In the previous events Yaxley-Lennon has organised in London, he has platformed a bishop who said ‘We are not at war with just the Muslim’ (Cei Dewar, Tommy Robinson rally July 2024), and another church leader who explicitly called for the forcible ban of all religions other than Christianity, claiming that there is a ‘religious war’ of ‘Christianity versus the rest’ and that we need to ‘clean our countries up’ by ‘getting everything out that does not receive Jesus Christ’ (Brian Tamaki, Unite the Kingdom Rally Sept 2025). These are dangerous words.

Further, Yaxley-Lennon is a man with multiple convictions for fraud and violence. I and many others who have been watching the unfolding situation over the last few years have good reason to distrust the intentions which lie behind this carol event, whatever plausible gloss is put upon it.



So should I eat my words? An honest assessment of today’s service must admit that – on the basis of what was said from the platform – Robinson’s promise to be apolitical was, at least today, on this occasion, kept in good faith.

Many of us who are parents will be familiar with the advice that, rather than telling a child ‘you’re unkind’, we should comment instead on the behaviour: ‘that was an unkind thing to do’. Today’s event challenged me to think similarly about Tommy Robinson and those who stand with him. Rather than blanket-condemning them for the things they have said and done, perhaps we should comment on particular moments, particular actions. Tommy Robinson may have said some racist things in the past. He didn’t today. We can say the one thing without unsaying the other. None of us is entirely monochrome, and growth (and repentance) is possible.

However, as Jon Kuhrt has shown, the public messaging around the event was much more sanitised than the emails Robinson sent out to his supporters. In public, the message was ‘this event is all about Christ’. The emails were more sinister. For example:

Sadiq Khan doesn’t own London, he is a coloniser and unwelcome guest, yet he thinks he can dictate when we hold patriotic events! He will hate the fact that real Christians are celebrating Christmas on his patch.

This must temper any naïve optimism, as it lends credibility to the theory of those who will say that the carol event was ‘church-washing[3]’—a public relations stunt to bring his agenda more into the mainstream.


A new disciple?

So is it possible that Tommy Robinson has truly converted to become a follower of Jesus Christ, and that this event marks a turning point (no pun intended) in his campaign?
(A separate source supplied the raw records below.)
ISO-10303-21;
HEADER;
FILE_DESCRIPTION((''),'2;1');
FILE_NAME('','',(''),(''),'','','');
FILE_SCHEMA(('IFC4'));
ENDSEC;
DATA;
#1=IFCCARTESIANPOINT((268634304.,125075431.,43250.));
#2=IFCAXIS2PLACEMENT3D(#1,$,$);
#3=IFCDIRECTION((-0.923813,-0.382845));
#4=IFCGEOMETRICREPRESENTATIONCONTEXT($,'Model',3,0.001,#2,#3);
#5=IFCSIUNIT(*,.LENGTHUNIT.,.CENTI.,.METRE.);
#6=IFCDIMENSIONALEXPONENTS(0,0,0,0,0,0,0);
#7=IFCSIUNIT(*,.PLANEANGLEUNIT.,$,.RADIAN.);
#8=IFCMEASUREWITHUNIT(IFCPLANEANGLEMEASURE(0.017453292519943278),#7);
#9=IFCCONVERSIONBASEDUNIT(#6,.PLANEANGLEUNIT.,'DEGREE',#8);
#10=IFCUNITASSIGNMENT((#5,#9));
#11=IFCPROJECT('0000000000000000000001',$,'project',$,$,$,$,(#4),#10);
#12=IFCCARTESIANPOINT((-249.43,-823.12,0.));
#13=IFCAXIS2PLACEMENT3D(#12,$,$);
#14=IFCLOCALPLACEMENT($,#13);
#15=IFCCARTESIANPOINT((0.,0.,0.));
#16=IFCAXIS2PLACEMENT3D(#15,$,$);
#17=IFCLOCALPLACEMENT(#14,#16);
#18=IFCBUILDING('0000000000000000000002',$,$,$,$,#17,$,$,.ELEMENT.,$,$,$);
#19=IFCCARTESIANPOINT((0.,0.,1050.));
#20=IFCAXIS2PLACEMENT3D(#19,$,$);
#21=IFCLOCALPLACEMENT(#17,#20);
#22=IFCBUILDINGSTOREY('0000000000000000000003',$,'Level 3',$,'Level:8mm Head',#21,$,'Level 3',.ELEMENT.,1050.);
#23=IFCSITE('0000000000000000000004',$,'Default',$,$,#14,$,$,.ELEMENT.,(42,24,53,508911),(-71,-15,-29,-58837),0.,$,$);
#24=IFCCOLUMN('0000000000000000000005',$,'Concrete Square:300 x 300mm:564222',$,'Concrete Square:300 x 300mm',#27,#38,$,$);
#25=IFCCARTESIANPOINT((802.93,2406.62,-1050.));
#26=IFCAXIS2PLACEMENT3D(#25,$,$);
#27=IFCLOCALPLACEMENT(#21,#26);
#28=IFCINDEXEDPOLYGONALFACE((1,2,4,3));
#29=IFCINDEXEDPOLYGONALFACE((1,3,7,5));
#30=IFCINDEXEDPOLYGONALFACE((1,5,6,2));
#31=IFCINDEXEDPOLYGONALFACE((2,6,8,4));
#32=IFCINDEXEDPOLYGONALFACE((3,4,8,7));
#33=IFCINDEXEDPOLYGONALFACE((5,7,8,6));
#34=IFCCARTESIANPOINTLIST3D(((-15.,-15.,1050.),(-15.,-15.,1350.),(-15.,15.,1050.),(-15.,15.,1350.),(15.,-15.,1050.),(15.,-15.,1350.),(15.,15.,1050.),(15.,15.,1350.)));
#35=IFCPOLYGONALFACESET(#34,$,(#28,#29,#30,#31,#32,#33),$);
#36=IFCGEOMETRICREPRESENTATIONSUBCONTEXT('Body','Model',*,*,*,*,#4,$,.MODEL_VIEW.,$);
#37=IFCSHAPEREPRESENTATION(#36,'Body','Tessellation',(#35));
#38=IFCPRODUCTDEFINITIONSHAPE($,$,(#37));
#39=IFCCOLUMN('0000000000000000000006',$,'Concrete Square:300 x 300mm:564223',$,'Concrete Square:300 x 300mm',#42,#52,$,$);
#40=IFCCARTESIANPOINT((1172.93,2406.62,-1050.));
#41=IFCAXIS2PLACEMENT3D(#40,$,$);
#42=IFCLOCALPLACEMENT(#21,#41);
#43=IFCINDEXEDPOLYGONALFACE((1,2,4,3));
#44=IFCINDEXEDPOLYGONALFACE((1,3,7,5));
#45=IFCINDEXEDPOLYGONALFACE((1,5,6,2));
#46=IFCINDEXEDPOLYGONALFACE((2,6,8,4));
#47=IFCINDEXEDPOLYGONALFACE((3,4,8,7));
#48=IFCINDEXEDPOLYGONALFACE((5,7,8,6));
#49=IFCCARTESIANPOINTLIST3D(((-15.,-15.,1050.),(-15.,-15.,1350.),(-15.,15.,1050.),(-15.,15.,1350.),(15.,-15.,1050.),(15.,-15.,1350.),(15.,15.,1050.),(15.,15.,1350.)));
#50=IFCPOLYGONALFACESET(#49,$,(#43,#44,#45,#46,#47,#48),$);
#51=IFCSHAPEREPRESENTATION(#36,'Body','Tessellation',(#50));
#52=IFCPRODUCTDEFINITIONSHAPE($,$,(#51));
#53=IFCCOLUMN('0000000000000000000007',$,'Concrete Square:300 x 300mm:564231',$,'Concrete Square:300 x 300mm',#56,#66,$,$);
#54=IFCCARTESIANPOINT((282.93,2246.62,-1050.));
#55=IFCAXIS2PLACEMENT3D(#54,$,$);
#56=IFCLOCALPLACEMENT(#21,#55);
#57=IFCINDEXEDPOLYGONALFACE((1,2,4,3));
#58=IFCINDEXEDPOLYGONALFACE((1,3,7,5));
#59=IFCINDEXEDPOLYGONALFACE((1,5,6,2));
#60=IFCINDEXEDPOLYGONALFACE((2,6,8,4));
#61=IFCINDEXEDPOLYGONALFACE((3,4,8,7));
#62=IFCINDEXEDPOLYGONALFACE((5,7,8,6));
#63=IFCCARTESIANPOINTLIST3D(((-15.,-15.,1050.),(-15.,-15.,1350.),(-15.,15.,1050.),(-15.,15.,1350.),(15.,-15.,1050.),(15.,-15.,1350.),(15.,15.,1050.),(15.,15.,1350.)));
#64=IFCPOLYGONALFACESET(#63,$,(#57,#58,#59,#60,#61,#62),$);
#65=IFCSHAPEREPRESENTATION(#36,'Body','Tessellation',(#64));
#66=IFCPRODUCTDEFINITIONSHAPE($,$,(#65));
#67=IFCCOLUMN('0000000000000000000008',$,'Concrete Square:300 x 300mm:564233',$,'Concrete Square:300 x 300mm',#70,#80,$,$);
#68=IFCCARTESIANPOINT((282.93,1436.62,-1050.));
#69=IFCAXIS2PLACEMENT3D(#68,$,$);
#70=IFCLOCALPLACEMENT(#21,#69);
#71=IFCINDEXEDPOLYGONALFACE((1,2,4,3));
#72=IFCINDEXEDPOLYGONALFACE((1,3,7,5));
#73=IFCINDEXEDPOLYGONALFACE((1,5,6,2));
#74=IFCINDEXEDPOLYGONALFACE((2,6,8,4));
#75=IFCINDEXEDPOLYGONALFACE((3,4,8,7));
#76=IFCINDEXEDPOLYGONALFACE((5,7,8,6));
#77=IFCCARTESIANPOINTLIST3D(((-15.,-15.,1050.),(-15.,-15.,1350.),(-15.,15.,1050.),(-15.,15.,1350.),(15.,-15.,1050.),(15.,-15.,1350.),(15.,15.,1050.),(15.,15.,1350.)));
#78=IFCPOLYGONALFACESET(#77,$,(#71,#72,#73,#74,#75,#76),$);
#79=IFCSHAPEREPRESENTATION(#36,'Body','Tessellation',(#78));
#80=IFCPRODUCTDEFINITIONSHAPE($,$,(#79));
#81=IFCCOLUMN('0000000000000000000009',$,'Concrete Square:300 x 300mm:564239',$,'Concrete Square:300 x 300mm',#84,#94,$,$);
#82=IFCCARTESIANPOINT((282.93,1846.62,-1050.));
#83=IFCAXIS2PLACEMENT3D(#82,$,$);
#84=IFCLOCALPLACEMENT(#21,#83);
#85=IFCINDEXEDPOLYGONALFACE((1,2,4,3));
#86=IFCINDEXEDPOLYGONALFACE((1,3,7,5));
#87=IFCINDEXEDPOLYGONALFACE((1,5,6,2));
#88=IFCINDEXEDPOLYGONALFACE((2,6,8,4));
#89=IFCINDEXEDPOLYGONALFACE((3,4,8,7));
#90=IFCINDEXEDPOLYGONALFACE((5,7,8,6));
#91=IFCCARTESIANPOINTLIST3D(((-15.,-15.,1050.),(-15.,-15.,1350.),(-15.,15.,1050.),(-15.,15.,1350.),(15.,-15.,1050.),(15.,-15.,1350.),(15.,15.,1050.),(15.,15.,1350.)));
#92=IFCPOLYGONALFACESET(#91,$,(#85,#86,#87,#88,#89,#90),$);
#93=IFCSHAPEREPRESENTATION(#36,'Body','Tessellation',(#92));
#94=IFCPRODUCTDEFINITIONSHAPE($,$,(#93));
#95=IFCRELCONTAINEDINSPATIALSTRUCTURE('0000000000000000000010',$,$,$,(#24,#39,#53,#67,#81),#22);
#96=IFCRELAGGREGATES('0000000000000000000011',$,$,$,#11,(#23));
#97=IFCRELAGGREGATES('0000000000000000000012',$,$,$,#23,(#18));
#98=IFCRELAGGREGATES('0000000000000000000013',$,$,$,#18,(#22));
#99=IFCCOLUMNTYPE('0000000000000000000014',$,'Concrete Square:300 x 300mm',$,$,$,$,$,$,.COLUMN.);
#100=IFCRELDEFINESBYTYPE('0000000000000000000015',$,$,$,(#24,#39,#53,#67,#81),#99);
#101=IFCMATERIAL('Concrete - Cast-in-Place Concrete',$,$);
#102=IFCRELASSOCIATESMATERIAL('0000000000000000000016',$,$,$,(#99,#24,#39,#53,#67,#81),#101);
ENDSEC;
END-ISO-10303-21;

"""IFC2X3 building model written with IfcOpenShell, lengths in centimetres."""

from ifc_helpers import new_model, entity, si_unit, converted_unit, direction, frame, origin, origin_2d_with_axis, place, context, subcontext, project, spatial, rectangle, extrude, source, transform, mapped, material, type_object, type_shapes, element, save


model = new_model("IFC2X3")

# Units and contexts
model_context = context("Model", 3, precision=0.001, world=frame((268634304.0, 125075431.0, 43250.0)), true_north=direction((-0.923813, -0.382845)))
body_context = subcontext(model_context, "Body", "Model", "MODEL_VIEW")
ifc_project = project(units=[si_unit("LENGTHUNIT", "METRE", prefix="CENTI"), converted_unit("PLANEANGLEUNIT", "DEGREE", entity("IfcPlaneAngleMeasure", 0.017453292519943278), si_unit("PLANEANGLEUNIT", "RADIAN"), dimensions=[0, 0, 0, 0, 0, 0, 0])], contexts=[model_context])

# Site, building, storey
site_placement = place(None, frame((-249.43, -823.12, 0.0)))
site = spatial("IfcSite", under=ifc_project, at=site_placement, Name="Default", CompositionType="ELEMENT", RefLatitude=(42, 24, 53, 508911), RefLongitude=(-71, -15, -29, -58837), RefElevation=0.0)
building_placement = place(site_placement, origin())
building = spatial("IfcBuilding", under=site, at=building_placement, CompositionType="ELEMENT")
storey_placement = place(building_placement, frame((0.0, 0.0, 1050.0)))
storey = spatial("IfcBuildingStorey", under=building, at=storey_placement, Name="Level 3", ObjectType="Level:8mm Head", LongName="Level 3", CompositionType="ELEMENT", Elevation=1050.0)

# Columns
ifc_material_1 = material(Name="Concrete - Cast-in-Place Concrete")
column_type = type_object("IfcColumnType", Name="Concrete Square:300 x 300mm", PredefinedType="COLUMN", material=ifc_material_1)
shared_shape_1 = source(origin(), body_context, "Body", "SweptSolid", [
    extrude(rectangle(XDim=30.0, YDim=30.0, at=origin_2d_with_axis()), frame((0.0, 0.0, 1050.0), z_axis=(0.0, 0.0, 1.0), x_axis=(-1.0, 0.0, 0.0)), (0.0, 0.0, 1.0), 300.0),
])
type_shapes(column_type, [shared_shape_1])
for number, where, name in (
    (1, (802.93, 2406.62, -1050.0), "Concrete Square:300 x 300mm:564222"),
    (2, (1172.93, 2406.62, -1050.0), "Concrete Square:300 x 300mm:564223"),
    (3, (282.93, 2246.62, -1050.0), "Concrete Square:300 x 300mm:564231"),
    (4, (282.93, 1436.62, -1050.0), "Concrete Square:300 x 300mm:564233"),
    (5, (282.93, 1846.62, -1050.0), "Concrete Square:300 x 300mm:564239"),
):
    element("IfcColumn", number, at=place(storey_placement, frame(where)), inside=storey, type_object=column_type, material=ifc_material_1, Name=name, ObjectType="Concrete Square:300 x 300mm", context=body_context, shape_type="MappedRepresentation", body=[
        mapped(shared_shape_1, transform((0.0, 0.0, 0.0), scale=1.0)),
    ])

save(model, "model.ifc")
From what I observed, I find it plausible that he did indeed make some sort of Christian commitment while in prison. But, as I have said before of other highly-publicised conversions, we will need to await the evidence of fruit, in accordance with Jesus’ instructions (Matt 7:20). Entering the kingdom of God changes all our allegiances and challenges all our ideological commitments. We cannot simply carry on as before but under a new badge. The confession that Jesus is Lord calls us all to submit to the upending of our entire value-system; the reshaping of our entire worldview. This is what repentance entails. We simply may not continue in exactly the same deeply-grooved pathway that we have been travelling.

However, we do—or we should—believe that God can turn around the lives of violent men. We think of the apostle Paul, literally stopped in his tracks as he was heading to Damascus to persecute the Christians there (Acts 9:1-22). His encounter with Jesus Christ turned that ‘worst of sinners’ (1 Tim 1:15) into an ardent disciple.

So I wonder if this story might offer a challenge to the contemporary situation. For the believers in Jerusalem, the idea that their persecutor might have converted was implausible, and not something they were willing to entertain—they took a good deal of convincing (Acts 9:26-27). This was understandable, in view of the danger Paul (as Saul) had presented, but it’s a sobering thought that the church might have shut down the ministry of the greatest apostle before it even began, if it weren’t for Barnabas.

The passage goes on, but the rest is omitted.